(Stored items)
————————

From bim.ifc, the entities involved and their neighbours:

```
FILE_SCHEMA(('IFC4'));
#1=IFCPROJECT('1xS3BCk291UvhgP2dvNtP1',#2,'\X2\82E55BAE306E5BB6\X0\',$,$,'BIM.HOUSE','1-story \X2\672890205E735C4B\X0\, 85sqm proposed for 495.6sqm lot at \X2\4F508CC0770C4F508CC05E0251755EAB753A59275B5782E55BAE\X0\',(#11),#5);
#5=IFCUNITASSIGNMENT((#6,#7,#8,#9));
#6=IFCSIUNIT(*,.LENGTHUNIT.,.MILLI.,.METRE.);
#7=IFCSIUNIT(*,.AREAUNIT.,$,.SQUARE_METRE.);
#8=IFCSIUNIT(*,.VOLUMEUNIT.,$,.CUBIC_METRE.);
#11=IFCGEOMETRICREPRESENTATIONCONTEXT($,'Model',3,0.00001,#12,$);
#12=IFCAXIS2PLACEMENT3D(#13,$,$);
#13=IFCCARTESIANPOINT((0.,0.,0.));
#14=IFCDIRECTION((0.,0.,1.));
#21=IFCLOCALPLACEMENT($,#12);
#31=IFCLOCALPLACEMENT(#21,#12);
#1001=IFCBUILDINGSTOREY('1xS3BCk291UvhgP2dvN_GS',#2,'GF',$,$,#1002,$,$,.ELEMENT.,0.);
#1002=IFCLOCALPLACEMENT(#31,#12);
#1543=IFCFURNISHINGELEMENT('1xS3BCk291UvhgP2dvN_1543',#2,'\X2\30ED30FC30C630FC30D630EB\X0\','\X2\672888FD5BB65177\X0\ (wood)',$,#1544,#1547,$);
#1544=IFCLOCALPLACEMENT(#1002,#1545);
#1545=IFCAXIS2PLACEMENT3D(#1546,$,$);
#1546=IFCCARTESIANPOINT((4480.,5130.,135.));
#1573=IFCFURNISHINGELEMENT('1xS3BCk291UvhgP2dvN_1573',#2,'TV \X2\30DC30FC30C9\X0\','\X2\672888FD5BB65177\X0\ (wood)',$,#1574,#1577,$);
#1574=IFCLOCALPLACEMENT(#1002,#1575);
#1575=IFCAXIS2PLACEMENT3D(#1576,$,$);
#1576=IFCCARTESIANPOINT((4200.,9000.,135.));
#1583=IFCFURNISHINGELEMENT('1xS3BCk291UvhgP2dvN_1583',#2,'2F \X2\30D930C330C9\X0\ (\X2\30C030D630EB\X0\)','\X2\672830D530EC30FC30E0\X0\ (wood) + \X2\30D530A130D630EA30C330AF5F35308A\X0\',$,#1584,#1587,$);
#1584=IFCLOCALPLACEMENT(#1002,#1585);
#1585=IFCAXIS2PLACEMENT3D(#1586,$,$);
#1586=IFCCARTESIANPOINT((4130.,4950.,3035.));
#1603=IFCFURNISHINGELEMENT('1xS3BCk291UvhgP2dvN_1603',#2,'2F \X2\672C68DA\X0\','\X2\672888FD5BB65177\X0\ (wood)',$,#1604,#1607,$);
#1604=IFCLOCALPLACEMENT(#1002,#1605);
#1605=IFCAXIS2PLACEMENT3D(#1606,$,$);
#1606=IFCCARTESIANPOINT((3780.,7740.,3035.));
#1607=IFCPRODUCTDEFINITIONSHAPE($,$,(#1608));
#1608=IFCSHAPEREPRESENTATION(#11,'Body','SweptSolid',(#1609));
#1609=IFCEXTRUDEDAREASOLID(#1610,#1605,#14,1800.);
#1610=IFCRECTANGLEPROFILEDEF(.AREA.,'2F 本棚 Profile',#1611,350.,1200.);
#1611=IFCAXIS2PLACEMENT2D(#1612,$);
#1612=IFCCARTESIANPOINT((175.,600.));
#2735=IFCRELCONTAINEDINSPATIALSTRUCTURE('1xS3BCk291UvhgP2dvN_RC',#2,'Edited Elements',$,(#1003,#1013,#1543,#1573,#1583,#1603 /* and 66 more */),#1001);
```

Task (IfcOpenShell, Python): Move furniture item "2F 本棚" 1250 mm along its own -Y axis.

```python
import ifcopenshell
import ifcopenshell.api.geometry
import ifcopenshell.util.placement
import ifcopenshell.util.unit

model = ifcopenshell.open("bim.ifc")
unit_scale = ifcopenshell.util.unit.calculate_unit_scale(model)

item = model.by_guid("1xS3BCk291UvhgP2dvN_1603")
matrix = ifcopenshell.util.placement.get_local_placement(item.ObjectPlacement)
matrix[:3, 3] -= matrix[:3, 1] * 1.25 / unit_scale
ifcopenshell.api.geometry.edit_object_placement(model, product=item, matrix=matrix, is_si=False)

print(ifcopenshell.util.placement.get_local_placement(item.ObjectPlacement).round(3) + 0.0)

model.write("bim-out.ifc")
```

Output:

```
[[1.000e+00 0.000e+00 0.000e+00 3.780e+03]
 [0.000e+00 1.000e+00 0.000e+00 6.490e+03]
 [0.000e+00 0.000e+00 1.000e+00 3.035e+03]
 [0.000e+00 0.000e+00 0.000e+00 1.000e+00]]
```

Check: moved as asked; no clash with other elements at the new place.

————————

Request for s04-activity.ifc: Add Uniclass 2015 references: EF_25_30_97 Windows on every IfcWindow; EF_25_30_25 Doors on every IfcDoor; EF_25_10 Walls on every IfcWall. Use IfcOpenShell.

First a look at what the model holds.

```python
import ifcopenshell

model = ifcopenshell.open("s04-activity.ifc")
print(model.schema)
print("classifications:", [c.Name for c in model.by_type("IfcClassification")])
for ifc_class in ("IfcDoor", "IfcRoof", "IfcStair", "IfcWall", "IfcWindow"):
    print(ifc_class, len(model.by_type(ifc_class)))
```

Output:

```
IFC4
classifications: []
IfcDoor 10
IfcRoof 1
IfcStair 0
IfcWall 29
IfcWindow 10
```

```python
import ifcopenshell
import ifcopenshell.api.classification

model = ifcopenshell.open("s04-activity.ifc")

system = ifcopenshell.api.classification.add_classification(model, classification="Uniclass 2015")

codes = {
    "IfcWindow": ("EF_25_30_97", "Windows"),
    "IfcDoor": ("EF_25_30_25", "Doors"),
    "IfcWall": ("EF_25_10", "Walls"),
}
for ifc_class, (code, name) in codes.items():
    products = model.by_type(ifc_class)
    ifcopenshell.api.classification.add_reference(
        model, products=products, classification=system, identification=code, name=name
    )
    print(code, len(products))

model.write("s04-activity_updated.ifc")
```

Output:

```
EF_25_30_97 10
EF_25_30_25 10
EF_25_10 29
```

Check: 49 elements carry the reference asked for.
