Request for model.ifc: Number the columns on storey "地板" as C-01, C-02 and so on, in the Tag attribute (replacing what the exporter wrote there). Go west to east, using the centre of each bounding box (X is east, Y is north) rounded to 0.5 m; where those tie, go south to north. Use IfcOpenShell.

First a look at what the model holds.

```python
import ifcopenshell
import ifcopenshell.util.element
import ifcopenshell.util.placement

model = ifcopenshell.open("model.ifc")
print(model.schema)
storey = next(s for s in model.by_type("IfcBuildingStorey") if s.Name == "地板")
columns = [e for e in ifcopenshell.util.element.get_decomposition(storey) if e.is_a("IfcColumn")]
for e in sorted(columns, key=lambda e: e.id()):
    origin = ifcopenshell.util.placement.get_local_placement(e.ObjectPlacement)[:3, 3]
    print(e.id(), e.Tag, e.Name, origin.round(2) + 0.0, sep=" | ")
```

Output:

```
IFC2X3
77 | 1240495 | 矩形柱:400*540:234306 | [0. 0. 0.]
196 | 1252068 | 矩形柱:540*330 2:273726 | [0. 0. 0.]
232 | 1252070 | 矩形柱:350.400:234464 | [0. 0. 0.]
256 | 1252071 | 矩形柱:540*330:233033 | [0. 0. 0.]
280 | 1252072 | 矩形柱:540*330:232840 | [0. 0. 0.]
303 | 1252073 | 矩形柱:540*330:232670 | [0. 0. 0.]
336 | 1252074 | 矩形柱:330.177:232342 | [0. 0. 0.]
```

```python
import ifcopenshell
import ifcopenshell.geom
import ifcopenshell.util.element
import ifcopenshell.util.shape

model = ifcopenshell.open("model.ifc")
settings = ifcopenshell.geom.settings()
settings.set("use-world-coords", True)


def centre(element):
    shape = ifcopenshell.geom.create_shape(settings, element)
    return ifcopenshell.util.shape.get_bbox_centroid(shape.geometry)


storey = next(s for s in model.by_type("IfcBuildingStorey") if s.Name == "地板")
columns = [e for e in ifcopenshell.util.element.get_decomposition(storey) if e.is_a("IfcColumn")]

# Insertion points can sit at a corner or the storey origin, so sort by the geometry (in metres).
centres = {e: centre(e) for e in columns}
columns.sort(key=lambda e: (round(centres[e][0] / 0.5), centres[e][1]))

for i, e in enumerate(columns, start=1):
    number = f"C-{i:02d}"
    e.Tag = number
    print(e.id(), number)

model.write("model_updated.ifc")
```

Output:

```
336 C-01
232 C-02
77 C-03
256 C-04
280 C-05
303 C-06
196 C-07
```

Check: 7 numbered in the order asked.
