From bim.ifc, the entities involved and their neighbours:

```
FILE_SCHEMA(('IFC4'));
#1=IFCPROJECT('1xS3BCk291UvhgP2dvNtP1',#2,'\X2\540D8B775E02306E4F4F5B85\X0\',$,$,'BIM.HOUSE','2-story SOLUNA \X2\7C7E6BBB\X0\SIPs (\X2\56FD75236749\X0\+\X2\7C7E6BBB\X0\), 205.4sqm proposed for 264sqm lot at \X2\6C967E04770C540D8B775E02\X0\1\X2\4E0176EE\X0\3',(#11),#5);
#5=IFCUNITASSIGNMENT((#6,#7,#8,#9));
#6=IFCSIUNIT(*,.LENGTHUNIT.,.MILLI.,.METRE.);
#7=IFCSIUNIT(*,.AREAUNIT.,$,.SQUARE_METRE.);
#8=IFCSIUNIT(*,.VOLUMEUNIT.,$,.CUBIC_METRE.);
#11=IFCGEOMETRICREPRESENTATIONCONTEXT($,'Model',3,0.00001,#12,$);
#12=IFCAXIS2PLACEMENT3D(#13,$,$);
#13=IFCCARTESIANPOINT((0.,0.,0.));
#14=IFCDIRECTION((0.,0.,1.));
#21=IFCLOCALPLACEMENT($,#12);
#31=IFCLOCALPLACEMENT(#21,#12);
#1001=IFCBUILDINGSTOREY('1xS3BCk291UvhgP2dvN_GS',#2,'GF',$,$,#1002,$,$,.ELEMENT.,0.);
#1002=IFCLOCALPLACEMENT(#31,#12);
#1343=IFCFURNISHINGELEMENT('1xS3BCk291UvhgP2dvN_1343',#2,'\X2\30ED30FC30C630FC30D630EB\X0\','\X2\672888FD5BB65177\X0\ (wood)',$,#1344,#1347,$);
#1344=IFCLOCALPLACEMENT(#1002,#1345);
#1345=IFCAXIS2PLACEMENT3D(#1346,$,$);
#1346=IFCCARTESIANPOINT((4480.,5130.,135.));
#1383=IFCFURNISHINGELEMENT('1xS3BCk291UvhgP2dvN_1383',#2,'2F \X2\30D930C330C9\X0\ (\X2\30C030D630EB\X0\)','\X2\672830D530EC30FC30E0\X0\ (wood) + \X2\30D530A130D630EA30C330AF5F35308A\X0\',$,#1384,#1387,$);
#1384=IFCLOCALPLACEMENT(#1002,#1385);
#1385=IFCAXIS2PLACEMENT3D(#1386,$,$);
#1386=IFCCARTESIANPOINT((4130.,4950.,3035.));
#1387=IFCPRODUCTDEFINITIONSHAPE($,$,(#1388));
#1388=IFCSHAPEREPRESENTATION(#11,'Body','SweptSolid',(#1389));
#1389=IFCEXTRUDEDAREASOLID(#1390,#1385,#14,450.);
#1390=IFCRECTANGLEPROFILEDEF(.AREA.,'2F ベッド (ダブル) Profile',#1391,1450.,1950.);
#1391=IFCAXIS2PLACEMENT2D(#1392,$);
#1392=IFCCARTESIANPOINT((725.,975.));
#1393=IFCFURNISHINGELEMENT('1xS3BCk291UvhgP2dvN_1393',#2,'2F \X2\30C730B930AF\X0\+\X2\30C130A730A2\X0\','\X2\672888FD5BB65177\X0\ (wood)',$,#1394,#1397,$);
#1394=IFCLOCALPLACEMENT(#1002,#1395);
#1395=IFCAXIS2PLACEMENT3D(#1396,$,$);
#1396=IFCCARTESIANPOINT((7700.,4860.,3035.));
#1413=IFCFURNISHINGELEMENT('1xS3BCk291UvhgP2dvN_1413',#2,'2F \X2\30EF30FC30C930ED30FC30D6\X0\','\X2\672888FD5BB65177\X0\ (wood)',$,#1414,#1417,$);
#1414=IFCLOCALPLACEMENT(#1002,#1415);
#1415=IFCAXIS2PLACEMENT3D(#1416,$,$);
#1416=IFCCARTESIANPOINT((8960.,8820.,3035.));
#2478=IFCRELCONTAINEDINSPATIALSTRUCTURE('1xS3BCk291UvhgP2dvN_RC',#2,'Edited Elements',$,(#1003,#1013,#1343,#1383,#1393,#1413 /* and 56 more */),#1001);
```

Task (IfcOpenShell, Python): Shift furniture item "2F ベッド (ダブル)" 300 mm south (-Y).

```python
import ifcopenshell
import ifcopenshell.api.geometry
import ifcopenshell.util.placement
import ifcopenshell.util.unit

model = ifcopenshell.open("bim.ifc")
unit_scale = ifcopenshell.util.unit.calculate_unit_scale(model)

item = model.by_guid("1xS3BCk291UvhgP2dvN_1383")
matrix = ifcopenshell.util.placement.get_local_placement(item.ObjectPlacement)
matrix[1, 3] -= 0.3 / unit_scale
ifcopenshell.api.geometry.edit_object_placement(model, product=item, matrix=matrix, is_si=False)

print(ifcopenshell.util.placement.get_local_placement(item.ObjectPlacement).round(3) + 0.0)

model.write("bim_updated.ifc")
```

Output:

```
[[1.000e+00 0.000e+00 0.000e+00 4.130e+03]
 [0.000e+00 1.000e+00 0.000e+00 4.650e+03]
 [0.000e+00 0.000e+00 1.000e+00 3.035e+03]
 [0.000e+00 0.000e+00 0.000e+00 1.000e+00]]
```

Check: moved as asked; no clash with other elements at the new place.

————————

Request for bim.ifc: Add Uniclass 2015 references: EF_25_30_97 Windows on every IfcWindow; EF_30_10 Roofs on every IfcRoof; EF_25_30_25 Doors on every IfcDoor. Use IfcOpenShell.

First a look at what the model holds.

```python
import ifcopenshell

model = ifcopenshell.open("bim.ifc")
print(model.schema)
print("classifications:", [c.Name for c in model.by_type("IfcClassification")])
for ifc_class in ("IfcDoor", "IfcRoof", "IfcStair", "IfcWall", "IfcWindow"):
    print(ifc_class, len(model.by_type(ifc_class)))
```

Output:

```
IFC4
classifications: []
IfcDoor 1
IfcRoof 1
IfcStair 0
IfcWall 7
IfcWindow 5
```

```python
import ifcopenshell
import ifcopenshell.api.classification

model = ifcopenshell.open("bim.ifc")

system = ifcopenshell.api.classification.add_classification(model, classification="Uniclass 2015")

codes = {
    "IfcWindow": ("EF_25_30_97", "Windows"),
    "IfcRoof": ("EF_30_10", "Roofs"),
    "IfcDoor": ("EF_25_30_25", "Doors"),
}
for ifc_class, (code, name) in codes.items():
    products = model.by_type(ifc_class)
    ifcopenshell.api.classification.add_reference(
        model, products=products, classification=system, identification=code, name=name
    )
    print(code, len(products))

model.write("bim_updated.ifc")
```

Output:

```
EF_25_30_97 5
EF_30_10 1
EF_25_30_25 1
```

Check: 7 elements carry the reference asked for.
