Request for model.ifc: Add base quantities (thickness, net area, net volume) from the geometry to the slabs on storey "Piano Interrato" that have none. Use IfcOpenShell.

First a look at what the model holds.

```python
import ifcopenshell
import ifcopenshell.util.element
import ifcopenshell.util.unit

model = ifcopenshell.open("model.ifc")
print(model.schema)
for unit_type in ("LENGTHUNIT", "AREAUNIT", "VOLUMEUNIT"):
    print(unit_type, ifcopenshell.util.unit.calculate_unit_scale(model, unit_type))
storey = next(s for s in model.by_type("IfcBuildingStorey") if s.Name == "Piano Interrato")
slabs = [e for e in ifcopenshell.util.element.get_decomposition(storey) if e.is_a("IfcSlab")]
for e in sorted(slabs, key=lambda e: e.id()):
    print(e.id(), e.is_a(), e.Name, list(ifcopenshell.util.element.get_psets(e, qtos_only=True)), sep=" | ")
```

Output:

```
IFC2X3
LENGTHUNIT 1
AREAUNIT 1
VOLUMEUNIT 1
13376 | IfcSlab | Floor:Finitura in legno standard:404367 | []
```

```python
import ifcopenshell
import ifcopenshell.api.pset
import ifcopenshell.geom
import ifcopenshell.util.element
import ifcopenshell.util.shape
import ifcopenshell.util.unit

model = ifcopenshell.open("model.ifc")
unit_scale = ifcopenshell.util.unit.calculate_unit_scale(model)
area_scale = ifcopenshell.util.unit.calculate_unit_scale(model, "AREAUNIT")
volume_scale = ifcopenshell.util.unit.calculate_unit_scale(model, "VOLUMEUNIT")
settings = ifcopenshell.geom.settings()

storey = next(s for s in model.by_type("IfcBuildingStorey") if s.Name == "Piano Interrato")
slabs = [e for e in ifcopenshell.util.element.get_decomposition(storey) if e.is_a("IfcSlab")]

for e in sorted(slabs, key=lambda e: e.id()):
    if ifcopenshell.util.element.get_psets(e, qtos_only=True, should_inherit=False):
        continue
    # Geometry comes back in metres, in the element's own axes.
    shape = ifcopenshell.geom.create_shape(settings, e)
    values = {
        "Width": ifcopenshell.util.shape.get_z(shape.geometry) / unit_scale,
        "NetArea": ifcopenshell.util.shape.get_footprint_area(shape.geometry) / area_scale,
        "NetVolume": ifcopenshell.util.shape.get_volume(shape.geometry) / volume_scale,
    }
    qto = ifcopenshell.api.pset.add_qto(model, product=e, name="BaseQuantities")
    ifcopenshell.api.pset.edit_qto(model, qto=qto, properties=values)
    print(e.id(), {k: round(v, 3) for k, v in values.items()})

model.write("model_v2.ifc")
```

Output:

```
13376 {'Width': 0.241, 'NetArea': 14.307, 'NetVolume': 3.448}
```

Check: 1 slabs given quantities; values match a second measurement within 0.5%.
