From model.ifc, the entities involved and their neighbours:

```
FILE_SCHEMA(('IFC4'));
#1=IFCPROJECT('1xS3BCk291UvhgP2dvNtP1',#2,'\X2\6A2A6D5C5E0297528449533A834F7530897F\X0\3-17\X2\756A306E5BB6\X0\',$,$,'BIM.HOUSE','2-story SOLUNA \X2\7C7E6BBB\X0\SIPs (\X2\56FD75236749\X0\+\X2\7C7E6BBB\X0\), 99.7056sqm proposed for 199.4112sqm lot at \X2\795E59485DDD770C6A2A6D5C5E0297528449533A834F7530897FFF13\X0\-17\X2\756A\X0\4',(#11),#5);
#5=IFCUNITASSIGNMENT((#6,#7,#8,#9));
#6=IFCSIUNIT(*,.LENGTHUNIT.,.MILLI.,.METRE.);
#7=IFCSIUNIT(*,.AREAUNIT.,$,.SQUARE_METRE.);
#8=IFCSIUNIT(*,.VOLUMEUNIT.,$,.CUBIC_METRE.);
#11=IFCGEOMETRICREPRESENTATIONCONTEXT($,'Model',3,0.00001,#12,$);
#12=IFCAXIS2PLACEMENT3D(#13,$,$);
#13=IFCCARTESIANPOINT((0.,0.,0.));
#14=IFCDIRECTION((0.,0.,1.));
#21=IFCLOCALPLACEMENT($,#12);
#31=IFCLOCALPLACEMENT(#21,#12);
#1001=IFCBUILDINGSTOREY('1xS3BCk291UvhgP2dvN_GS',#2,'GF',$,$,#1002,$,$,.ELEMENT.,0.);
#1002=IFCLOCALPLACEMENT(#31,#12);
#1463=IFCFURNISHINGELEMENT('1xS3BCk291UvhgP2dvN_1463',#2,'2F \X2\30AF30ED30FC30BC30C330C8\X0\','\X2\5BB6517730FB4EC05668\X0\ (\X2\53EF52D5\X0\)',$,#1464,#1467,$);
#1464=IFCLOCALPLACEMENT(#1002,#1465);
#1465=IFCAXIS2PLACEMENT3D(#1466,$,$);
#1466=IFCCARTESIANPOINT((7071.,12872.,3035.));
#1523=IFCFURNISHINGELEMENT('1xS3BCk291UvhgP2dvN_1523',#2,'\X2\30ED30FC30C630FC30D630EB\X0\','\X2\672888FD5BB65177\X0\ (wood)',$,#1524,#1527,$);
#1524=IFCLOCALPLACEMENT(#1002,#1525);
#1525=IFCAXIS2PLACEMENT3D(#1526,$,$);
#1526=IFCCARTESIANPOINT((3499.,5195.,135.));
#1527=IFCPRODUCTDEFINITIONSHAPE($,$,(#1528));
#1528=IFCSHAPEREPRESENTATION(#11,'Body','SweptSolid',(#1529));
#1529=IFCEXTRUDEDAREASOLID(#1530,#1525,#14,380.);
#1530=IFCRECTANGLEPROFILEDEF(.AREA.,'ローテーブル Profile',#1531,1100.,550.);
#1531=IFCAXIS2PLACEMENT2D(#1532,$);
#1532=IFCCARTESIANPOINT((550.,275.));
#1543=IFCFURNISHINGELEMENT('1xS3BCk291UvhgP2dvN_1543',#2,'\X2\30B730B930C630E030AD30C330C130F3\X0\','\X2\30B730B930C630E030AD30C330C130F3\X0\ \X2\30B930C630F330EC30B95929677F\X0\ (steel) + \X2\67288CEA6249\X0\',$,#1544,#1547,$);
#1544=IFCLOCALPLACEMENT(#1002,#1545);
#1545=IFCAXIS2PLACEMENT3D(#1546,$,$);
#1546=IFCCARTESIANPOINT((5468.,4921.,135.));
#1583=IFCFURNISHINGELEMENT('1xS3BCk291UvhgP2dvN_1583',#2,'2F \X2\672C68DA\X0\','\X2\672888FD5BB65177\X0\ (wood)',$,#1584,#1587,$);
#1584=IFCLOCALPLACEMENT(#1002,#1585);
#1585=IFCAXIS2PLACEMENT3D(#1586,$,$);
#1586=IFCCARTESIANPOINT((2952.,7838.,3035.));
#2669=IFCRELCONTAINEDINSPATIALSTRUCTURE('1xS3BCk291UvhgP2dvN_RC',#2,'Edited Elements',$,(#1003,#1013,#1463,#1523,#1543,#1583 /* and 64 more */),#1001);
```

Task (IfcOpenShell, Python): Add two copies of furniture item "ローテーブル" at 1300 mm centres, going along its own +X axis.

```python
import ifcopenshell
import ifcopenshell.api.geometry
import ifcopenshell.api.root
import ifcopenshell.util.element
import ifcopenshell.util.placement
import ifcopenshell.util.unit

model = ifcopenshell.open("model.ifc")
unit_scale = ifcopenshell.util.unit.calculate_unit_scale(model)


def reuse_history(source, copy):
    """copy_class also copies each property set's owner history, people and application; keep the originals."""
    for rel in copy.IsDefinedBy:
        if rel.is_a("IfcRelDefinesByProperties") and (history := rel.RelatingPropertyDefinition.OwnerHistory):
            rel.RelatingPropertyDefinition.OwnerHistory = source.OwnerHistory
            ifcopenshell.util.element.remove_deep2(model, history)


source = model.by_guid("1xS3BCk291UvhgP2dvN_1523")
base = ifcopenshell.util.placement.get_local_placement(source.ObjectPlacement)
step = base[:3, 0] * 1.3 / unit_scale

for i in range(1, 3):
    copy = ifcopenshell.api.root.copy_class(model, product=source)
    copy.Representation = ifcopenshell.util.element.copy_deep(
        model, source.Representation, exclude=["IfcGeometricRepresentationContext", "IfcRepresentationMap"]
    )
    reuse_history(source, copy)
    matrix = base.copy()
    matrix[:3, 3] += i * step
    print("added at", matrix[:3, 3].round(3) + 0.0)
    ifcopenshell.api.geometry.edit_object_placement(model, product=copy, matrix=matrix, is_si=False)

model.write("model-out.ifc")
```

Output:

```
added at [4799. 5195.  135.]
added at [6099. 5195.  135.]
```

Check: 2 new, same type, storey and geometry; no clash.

————————

▸ **Work instructions**:
Say how many lines above include "asked", please, and nothing else.

▸ **Worked solution**:
5